El relato es seductor porque lo hemos visto en incontables novelas y películas del futuro: energía solar inagotable, enfriamiento natural, ausencia de suelo urbanizado, menor impacto local. Pero la realidad es muy terca, y la ley de la gravedad, puñetera. Para empezar, enviar paquetes al espacio es carísimo. Cada gramo que ponemos en órbita tiene un coste económico y ambiental enorme. Los lanzamientos espaciales emiten cientos de toneladas de CO₂; cientos de ordenadores en el espacio generan una huella de carbono astronómica, incluso, antes de empezar a funcionar. Aun así, Google espera que los costes hayan bajado hasta 200 dólares/kg en 2030, lo que ya haría rentable el proyecto.
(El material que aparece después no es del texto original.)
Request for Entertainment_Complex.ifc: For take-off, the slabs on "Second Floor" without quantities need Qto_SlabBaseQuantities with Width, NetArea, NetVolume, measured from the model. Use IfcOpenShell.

First a look at what the model holds.

```python
import ifcopenshell
import ifcopenshell.util.element
import ifcopenshell.util.unit

model = ifcopenshell.open("Entertainment_Complex.ifc")
print(model.schema)
for unit_type in ("LENGTHUNIT", "AREAUNIT", "VOLUMEUNIT"):
    print(unit_type, ifcopenshell.util.unit.calculate_unit_scale(model, unit_type))
storey = next(s for s in model.by_type("IfcBuildingStorey") if s.Name == "Second Floor")
slabs = [e for e in ifcopenshell.util.element.get_decomposition(storey) if e.is_a("IfcSlab")]
for e in sorted(slabs, key=lambda e: e.id()):
    print(e.id(), e.is_a(), e.Name, list(ifcopenshell.util.element.get_psets(e, qtos_only=True)), sep=" | ")
```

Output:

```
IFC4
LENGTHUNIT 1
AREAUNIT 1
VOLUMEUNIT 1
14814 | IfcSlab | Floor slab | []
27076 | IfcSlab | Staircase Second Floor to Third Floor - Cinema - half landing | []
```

```python
import ifcopenshell
import ifcopenshell.api.pset
import ifcopenshell.geom
import ifcopenshell.util.element
import ifcopenshell.util.shape
import ifcopenshell.util.unit

model = ifcopenshell.open("Entertainment_Complex.ifc")
unit_scale = ifcopenshell.util.unit.calculate_unit_scale(model)
area_scale = ifcopenshell.util.unit.calculate_unit_scale(model, "AREAUNIT")
volume_scale = ifcopenshell.util.unit.calculate_unit_scale(model, "VOLUMEUNIT")
settings = ifcopenshell.geom.settings()

storey = next(s for s in model.by_type("IfcBuildingStorey") if s.Name == "Second Floor")
slabs = [e for e in ifcopenshell.util.element.get_decomposition(storey) if e.is_a("IfcSlab")]

for e in sorted(slabs, key=lambda e: e.id()):
    if ifcopenshell.util.element.get_psets(e, qtos_only=True, should_inherit=False):
        continue
    # Geometry comes back in metres, in the element's own axes.
    shape = ifcopenshell.geom.create_shape(settings, e)
    values = {
        "Width": ifcopenshell.util.shape.get_z(shape.geometry) / unit_scale,
        "NetArea": ifcopenshell.util.shape.get_footprint_area(shape.geometry) / area_scale,
        "NetVolume": ifcopenshell.util.shape.get_volume(shape.geometry) / volume_scale,
    }
    qto = ifcopenshell.api.pset.add_qto(model, product=e, name="Qto_SlabBaseQuantities")
    ifcopenshell.api.pset.edit_qto(model, qto=qto, properties=values)
    print(e.id(), {k: round(v, 3) for k, v in values.items()})

model.write("Entertainment_Complex_rev.ifc")
```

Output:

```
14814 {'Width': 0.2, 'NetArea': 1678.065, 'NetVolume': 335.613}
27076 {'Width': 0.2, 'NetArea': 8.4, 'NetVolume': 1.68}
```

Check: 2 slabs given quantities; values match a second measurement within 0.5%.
Después están los problemas técnicos: ¿cómo se repara un servidor cuando falla? En la nube subterránea, un técnico llega en minutos. En órbita, la única opción es dejarlo morir y sustituir todo el satélite. O bien enviar robots, lo que aún es más del futuro. ¿Cómo garantizamos la seguridad de tal infraestructura, vulnerable a micrometeoritos y radiación solar? ¿Y los sabotajes? Si la infraestructura es crítica, ya podéis estar seguros de que habrá quien invierta fortunas en fisgonear el sistema o destruirlo físicamente. Y aún más importante: ¿quién controla esta nueva “frontera computacional” que, literalmente, se escapa de la jurisdicción terrestre?

"Situar centros de datos fuera de cualquier estado puede facilitar a las grandes empresas esquivar regulaciones, soberanías digitales y leyes de protección de datos"

Existe también el perverso incentivo geopolítico: situar centros de datos fuera de cualquier estado puede facilitar a las grandes empresas esquivar regulaciones, soberanías digitales y leyes de protección de datos. Si la nube ya es poco transparente hoy, con las grandes tecnológicas escapándose de las jurisdicciones locales por agujeros de gusano legales, no quiero ni imaginar qué harán cuando sus (nuestros) datos estén en órbita.

Y todavía un último detalle de gravedad: los satélites no desaparecen. Cuando mueren, hay que desorbitarlos. Si no, se convierten en chatarra espacial. En una órbita baja cada vez más congestionada, añadirle cientos de centros de datos flotantes es, como mínimo, arriesgado. Lo sabemos porque ya nos ha caído algún satélite en la cabeza

Todo ello dibuja una idea más cercana a la huida hacia adelante acceleracionista que a la innovación responsable. Nos gusta pensar que los problemas complejos tienen soluciones espectaculares: poner servidores en el espacio suena bien, es épico y genera titulares. Pero la experiencia histórica en la Tierra nos dice que la mayor parte de las crisis —energéticas, ambientales, migratorias— no se resuelven proyectándolas fuera del ámbito afectado, sino gestionándolas donde se generan.

Ante el colapso de las civilizaciones de la Edad del Bronce Final, hacia el 1177 a.C., los reinos del Mediterráneo Oriental intentaron responder a una concatenación de problemas —sequía, hambruna, inestabilidad política, movimientos poblacionales, pérdida de comercio— con soluciones que ignoraban la raíz real de los problemas. Construyeron murallas más gruesas, buscaron enemigos externos, intensificaron los esfuerzos militares… y, sin embargo, se derrumbaron.

Hacer centros de datos más eficientes, limitar su crecimiento desbocado, aprovechar mejor el calor residual, situarlos solo en zonas con excedente renovable, impulsar chips y modelos de IA que consuman menos energía. Deberíamos empezar por aquí. Son opciones menos del futuro —y seguramente menos rentables— que poner una nube en órbita, pero parecen más al alcance

Dicho esto, no sé si nos dirigimos hacia un colapso como el del 1177 a.C., donde nuestra civilización se derrumbará por la incapacidad de afrontar a tiempo los problemas que genera. Pero sí que el anuncio de Google nos acerca a ello. Concretamente, nos lleva a la Galia del 50 a.C., donde Astérix y compañía tenían miedo de que el cielo les cayera encima. Una idea que puede dejar de ser un mito de la edad del hierro para convertirse en una realidad de la edad de la IA.